### Information ###

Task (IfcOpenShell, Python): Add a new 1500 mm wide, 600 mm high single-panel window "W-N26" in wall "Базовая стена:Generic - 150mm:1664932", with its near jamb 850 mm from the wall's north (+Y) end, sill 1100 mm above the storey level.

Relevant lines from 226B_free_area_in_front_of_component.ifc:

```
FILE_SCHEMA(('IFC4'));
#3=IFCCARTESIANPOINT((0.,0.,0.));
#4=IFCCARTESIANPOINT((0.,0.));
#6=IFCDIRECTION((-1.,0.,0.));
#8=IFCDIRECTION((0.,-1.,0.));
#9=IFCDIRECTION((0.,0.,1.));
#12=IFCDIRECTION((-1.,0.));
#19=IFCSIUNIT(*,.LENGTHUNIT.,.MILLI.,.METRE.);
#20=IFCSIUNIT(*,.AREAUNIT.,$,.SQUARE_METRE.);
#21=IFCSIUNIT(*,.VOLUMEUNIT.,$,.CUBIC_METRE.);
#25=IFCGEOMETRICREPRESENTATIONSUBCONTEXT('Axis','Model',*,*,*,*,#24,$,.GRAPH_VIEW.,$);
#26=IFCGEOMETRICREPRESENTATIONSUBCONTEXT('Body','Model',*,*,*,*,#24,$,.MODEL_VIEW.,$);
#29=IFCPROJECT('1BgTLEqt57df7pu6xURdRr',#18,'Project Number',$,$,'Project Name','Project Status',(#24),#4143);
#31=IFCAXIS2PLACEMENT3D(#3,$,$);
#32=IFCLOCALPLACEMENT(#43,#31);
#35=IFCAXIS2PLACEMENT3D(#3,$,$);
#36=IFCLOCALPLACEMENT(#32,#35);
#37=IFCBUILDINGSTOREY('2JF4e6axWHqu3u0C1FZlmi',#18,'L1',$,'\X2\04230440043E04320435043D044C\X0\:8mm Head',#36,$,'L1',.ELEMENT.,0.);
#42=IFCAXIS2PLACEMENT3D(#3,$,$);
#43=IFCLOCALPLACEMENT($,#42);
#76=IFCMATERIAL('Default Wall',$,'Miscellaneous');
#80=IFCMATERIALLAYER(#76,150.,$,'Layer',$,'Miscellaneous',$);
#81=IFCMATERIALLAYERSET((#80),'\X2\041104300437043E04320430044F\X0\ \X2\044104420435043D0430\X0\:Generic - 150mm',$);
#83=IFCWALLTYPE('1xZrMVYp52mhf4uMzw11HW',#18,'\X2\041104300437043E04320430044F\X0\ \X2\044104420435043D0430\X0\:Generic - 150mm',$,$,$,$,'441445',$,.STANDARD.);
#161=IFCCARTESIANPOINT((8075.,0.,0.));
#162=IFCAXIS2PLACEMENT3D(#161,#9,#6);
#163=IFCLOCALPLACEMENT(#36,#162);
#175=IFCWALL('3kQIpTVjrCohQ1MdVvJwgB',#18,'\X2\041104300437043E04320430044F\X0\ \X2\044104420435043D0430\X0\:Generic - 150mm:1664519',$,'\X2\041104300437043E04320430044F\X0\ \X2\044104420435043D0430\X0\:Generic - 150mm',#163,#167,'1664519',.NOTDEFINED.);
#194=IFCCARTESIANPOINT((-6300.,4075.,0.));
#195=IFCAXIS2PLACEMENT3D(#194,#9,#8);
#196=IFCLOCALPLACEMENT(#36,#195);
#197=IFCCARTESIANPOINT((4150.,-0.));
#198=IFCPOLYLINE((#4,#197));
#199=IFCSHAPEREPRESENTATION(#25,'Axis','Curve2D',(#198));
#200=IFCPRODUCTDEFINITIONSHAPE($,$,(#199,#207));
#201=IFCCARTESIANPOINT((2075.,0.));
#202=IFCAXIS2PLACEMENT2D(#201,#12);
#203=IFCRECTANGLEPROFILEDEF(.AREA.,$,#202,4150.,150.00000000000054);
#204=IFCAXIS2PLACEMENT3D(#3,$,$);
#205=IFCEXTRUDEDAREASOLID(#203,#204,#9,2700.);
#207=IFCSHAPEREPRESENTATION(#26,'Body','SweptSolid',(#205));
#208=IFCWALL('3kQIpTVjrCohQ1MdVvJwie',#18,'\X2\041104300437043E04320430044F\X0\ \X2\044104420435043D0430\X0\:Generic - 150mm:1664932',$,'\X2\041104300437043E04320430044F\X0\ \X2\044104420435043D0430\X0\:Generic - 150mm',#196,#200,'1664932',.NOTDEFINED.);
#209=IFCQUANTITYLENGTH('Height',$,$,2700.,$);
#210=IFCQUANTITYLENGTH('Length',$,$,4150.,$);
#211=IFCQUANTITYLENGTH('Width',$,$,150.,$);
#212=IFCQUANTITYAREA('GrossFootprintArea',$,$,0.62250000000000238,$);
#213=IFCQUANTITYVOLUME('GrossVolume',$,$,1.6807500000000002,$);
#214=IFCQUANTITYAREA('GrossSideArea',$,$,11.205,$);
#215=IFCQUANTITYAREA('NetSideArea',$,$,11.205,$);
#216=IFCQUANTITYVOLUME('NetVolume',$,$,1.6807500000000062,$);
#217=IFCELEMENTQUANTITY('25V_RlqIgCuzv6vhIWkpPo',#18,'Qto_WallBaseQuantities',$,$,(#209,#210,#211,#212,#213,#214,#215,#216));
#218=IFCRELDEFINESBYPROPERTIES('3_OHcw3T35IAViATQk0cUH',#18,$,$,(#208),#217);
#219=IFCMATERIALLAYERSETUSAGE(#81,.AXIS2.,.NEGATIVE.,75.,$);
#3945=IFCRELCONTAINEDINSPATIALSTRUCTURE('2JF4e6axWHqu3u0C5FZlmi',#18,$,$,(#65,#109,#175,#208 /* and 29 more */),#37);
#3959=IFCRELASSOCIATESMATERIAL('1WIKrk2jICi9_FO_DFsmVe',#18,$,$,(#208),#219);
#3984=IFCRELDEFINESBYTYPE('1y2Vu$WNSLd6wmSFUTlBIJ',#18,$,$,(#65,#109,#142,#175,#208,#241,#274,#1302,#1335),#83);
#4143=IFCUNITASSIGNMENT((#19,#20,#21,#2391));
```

```python
import numpy as np
import ifcopenshell
import ifcopenshell.api.feature
import ifcopenshell.api.geometry
import ifcopenshell.api.pset
import ifcopenshell.api.root
import ifcopenshell.api.spatial
import ifcopenshell.geom
import ifcopenshell.util.element
import ifcopenshell.util.placement
import ifcopenshell.util.representation
import ifcopenshell.util.shape
import ifcopenshell.util.unit

model = ifcopenshell.open("226B_free_area_in_front_of_component.ifc")
unit_scale = ifcopenshell.util.unit.calculate_unit_scale(model)
area_scale = ifcopenshell.util.unit.calculate_unit_scale(model, "AREAUNIT")
volume_scale = ifcopenshell.util.unit.calculate_unit_scale(model, "VOLUMEUNIT")
settings = ifcopenshell.geom.settings()


def volume(element):
    """Net volume in cubic metres, openings subtracted."""
    shape = ifcopenshell.geom.create_shape(settings, element)
    return ifcopenshell.util.shape.get_volume(shape.geometry)


wall = model.by_guid("3kQIpTVjrCohQ1MdVvJwie")
storey = ifcopenshell.util.element.get_container(wall, ifc_class="IfcBuildingStorey")
context = ifcopenshell.util.representation.get_context(model, "Model", "Body", "MODEL_VIEW")
before = volume(wall)

width, height, from_end, sill = 1.5, 0.6, 0.85, 1.1  # metres

# The wall runs along its own X axis, and the end named is its -X end.
wall_shape = ifcopenshell.geom.create_shape(settings, wall)
x, y, z = ifcopenshell.util.shape.get_vertices(wall_shape.geometry).T
start = x.min() + from_end
face, thickness = float(y.min()), float(y.max() - y.min())
wall_matrix = ifcopenshell.util.placement.get_local_placement(wall.ObjectPlacement)
level = ifcopenshell.util.placement.get_local_placement(storey.ObjectPlacement)[2, 3]


def in_wall(x, y):
    """Placement at x, y metres in the wall's axes, at sill height."""
    matrix = wall_matrix.copy()
    matrix[:, 3] = wall_matrix @ np.array([x / unit_scale, y / unit_scale, 0.0, 1.0])
    matrix[2, 3] = level + sill / unit_scale
    return matrix


# Opening: a box that overshoots both wall faces by 50 mm.
opening = ifcopenshell.api.root.create_entity(model, ifc_class="IfcOpeningElement", predefined_type="OPENING")
box = ifcopenshell.api.geometry.add_wall_representation(
    model, context=context, length=width, height=height, thickness=thickness + 0.1
)
ifcopenshell.api.geometry.assign_representation(model, product=opening, representation=box)
ifcopenshell.api.geometry.edit_object_placement(model, product=opening, matrix=in_wall(start, face - 0.05), is_si=False)
ifcopenshell.api.feature.add_feature(model, feature=opening, element=wall)

window = ifcopenshell.api.root.create_entity(model, ifc_class="IfcWindow", name="W-N26", predefined_type="WINDOW")
window.OverallWidth, window.OverallHeight = width / unit_scale, height / unit_scale
window.PartitioningType = "SINGLE_PANEL"
body = ifcopenshell.api.geometry.add_window_representation(
    model,
    context=context,
    overall_width=window.OverallWidth,
    overall_height=window.OverallHeight,
    partition_type="SINGLE_PANEL",
)
ifcopenshell.api.geometry.assign_representation(model, product=window, representation=body)
ifcopenshell.api.spatial.assign_container(model, products=[window], relating_structure=storey)
ifcopenshell.api.feature.add_filling(model, opening=opening, element=window)

# Centre the window in the wall's thickness.
ifcopenshell.api.geometry.edit_object_placement(model, product=window, matrix=in_wall(start, face), is_si=False)
window_shape = ifcopenshell.geom.create_shape(settings, window)
depth = ifcopenshell.util.shape.get_vertices(window_shape.geometry)[:, 1]
offset = face + thickness / 2 - (depth.min() + depth.max()) / 2
ifcopenshell.api.geometry.edit_object_placement(model, product=window, matrix=in_wall(start, offset), is_si=False)

after = volume(wall)

# Update the wall's stored quantities.
qto = model.by_id(ifcopenshell.util.element.get_pset(wall, "Qto_WallBaseQuantities", should_inherit=False)["id"])
ifcopenshell.api.pset.edit_qto(model, qto=qto, properties={
    "NetSideArea": after / thickness / area_scale,
    "NetVolume": after / volume_scale,
})

print(f"wall volume {before:.3f} -> {after:.3f} m3")

model.write("226B_free_area_in_front_of_component_edited.ifc")
```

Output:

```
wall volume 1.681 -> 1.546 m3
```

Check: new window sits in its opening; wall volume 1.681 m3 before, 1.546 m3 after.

###

Work order: Please count the lines that hold "IFCDIRECTION" in this data and report the total alone.

Result of the exercise: 4